- Katholi Location in Uttar Pradesh, India
- Coordinates: 27°04′42″N 78°52′09″E﻿ / ﻿27.0782°N 78.86916°E
- Country: India
- State: Uttar Pradesh
- District: Mainpuri
- Tehsil: Karhal

Area
- • Total: 1.31 km^{2} (0.51 sq mi)

Population (2011)
- • Total: 723
- • Density: 552/km^{2} (1,430/sq mi)
- Time zone: UTC+5:30 (IST)
- PIN: 205261

= Katholi =

Village in Uttar Pradesh, India

Katholi is a village in Barnahal block of Mainpuri district, Uttar Pradesh. As of 2011, it has a population of 723, in 142 households.

== Demographics ==
As of 2011, Katholi had a population of 723, in 142 households. This population was 54.1% male (391) and 45.9% female (332). The 0-6 age group numbered 51 (26 male and 25 female), or 7.1% of the total population. No residents were members of Scheduled Castes.

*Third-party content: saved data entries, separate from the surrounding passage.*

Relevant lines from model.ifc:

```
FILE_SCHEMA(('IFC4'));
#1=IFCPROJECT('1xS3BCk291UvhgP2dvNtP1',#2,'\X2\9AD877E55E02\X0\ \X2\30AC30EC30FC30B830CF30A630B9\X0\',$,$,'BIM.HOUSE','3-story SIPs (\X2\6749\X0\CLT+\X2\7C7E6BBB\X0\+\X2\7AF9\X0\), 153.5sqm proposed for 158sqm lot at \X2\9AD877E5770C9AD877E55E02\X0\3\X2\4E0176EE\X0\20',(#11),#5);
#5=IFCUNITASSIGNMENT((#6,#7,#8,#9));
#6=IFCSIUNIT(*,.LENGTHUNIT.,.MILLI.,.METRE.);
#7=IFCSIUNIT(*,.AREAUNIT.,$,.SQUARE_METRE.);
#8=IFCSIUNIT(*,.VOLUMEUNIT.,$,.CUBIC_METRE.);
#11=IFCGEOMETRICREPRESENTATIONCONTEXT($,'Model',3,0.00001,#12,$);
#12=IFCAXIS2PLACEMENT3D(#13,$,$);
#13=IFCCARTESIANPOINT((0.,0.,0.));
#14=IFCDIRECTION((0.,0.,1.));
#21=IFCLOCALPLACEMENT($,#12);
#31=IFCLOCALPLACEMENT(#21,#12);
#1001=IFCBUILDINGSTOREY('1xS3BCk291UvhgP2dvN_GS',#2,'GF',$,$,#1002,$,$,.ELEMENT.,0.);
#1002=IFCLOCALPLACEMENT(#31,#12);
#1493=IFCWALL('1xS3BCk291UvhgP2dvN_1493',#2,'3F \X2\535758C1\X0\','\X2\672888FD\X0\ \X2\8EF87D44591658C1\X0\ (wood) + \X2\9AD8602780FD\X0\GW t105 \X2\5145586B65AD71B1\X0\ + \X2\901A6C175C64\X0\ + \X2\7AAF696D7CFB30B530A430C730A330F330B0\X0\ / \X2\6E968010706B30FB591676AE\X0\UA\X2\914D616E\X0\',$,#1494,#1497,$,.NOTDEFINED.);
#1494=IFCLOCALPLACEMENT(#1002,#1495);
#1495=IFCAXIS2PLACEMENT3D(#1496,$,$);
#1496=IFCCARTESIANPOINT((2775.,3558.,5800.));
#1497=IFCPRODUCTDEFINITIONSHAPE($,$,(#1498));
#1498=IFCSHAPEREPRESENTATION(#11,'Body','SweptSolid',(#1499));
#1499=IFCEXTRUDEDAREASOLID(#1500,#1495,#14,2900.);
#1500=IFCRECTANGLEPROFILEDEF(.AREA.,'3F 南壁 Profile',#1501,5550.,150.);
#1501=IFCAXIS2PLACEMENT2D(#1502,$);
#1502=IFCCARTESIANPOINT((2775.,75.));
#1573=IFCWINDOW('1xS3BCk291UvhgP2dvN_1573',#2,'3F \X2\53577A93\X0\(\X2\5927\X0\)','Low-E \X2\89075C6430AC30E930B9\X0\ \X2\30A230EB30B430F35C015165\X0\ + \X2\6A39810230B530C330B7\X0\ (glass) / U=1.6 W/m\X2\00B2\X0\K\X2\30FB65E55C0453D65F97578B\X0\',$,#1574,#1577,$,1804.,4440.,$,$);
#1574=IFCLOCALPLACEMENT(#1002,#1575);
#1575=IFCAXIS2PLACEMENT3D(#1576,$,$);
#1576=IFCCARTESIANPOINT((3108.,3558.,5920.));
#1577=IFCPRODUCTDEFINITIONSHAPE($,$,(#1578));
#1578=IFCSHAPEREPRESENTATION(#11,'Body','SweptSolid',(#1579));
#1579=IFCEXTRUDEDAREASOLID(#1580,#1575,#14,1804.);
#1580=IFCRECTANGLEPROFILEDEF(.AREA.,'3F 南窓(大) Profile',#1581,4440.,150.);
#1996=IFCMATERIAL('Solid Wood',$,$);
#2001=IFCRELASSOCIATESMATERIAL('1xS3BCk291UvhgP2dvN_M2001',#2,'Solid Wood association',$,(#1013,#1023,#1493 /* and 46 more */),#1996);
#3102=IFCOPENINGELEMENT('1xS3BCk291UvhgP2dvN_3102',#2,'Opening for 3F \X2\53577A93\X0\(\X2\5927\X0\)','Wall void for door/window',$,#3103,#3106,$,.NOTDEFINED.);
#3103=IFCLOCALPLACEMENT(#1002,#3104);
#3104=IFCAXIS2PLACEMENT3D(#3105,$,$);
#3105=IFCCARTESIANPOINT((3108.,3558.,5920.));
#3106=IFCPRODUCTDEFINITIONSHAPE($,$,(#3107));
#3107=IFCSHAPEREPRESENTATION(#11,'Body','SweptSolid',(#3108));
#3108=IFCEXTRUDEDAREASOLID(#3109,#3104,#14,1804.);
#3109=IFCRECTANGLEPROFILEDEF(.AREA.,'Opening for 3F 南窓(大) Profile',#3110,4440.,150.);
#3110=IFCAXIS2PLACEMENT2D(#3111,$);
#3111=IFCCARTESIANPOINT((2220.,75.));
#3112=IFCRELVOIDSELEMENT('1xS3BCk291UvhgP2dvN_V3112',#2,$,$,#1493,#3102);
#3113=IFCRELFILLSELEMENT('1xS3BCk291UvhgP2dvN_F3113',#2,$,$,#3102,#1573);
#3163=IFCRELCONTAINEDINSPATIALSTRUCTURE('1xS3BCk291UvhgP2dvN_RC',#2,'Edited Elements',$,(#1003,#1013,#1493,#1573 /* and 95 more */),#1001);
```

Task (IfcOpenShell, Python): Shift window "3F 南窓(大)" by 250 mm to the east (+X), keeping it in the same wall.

```python
import ifcopenshell
import ifcopenshell.api.geometry
import ifcopenshell.util.placement

model = ifcopenshell.open("model.ifc")

window = model.by_guid("1xS3BCk291UvhgP2dvN_1573")
opening = window.FillsVoids[0].RelatingOpeningElement
wall = opening.VoidsElements[0].RelatingBuildingElement

wall_matrix = ifcopenshell.util.placement.get_local_placement(wall.ObjectPlacement)
shift = wall_matrix[:3, 0] * 250.0
before = ifcopenshell.util.placement.get_local_placement(window.ObjectPlacement)[:3, 3].copy()

# The window is not placed relative to its opening, so move both.
for product in (opening, window):
    matrix = ifcopenshell.util.placement.get_local_placement(product.ObjectPlacement)
    matrix[:3, 3] += shift
    ifcopenshell.api.geometry.edit_object_placement(model, product=product, matrix=matrix, is_si=False)

after = ifcopenshell.util.placement.get_local_placement(window.ObjectPlacement)[:3, 3]
print("window moved by", (after - before).round(3) + 0.0)

model.write("model-out.ifc")
```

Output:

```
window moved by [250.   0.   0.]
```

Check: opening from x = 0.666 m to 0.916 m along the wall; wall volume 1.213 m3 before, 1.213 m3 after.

The 1961 census recorded Katholi as comprising 2 hamlets, with a total population of 365 people (187 male and 178 female), in 67 households and 46 physical houses. The area of the village was given as 326 acres.

== Infrastructure ==
As of 2011, Katholi had 1 primary school; it did not have any kind of healthcare facility. Drinking water was provided by well and hand pump; there were no public toilets. The village had a post office, as well as at least some access to electricity for all purposes. There was no public library. Streets were made of a mix of both kachcha and pakka materials.